▶ **Task to complete**: Find each line in the records below that contains the word "Check", and copy it out.

(Beginning of Supplied data)

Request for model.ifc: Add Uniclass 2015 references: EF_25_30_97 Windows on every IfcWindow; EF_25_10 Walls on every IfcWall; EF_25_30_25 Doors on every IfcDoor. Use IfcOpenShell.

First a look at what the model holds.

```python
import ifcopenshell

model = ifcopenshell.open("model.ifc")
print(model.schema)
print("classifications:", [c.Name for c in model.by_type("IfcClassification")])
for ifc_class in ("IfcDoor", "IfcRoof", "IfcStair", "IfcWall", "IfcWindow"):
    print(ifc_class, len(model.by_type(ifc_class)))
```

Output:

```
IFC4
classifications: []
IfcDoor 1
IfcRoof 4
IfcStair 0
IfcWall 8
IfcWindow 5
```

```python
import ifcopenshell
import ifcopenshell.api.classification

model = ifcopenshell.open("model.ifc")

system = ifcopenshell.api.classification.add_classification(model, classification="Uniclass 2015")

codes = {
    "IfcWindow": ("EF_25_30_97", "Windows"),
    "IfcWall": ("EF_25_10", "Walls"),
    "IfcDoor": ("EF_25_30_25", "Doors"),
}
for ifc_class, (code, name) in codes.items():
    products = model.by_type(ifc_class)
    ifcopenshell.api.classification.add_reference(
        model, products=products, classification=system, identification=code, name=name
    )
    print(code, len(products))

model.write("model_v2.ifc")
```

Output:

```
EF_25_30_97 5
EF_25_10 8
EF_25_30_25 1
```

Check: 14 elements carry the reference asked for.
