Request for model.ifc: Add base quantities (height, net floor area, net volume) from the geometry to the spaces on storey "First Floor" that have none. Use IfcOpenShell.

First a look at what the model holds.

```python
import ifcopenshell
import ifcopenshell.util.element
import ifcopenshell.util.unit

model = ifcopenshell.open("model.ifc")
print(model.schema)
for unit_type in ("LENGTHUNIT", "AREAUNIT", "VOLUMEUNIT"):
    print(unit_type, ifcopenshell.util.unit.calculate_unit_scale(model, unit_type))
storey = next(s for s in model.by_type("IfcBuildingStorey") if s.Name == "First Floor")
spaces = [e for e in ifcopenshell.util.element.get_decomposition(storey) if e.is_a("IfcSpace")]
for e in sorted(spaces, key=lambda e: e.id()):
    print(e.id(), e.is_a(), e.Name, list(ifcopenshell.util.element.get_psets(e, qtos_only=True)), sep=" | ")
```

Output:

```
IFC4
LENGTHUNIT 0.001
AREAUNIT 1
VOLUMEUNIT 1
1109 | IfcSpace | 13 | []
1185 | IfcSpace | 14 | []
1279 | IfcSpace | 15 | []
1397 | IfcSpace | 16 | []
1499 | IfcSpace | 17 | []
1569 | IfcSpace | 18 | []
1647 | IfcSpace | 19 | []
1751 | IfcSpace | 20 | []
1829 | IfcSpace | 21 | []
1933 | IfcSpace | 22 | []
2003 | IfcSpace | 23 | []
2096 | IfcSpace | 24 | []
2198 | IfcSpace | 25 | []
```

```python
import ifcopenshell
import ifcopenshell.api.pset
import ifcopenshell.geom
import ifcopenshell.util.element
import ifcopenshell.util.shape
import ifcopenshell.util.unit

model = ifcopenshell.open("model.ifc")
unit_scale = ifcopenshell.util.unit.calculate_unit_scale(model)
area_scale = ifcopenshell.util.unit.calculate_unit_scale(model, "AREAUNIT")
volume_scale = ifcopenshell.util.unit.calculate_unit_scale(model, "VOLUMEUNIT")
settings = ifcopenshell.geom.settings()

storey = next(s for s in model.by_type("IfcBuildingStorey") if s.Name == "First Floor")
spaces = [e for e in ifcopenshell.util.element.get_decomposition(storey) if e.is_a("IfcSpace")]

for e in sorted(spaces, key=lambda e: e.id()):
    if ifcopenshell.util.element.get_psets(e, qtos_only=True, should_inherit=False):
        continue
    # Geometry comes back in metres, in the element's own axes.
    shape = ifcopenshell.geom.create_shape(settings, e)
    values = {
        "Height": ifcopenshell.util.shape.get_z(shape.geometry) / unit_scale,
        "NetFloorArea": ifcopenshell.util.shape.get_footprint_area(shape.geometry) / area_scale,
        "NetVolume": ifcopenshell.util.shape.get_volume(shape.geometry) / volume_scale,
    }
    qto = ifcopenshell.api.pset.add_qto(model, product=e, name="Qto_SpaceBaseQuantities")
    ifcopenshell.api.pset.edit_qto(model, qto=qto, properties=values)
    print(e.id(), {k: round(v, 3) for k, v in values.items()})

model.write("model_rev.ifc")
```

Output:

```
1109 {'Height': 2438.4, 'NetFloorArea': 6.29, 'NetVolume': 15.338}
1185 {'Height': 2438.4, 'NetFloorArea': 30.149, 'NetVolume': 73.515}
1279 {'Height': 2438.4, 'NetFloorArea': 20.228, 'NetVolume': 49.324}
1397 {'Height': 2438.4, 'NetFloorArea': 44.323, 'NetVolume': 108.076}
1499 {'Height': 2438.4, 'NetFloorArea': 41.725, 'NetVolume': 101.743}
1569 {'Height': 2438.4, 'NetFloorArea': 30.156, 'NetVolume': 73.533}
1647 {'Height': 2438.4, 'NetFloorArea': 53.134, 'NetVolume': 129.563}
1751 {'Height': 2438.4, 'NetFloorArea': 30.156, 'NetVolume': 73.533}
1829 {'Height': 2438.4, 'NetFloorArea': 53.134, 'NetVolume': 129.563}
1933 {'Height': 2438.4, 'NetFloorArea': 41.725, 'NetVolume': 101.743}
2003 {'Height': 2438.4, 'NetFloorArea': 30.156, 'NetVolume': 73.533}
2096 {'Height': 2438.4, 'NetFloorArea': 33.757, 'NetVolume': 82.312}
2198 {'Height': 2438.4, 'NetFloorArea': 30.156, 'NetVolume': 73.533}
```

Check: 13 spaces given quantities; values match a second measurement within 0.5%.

(End of Supplied data)

▶ **Output below**:
Check: 14 elements carry the reference asked for.
Check: 13 spaces given quantities; values match a second measurement within 0.5%.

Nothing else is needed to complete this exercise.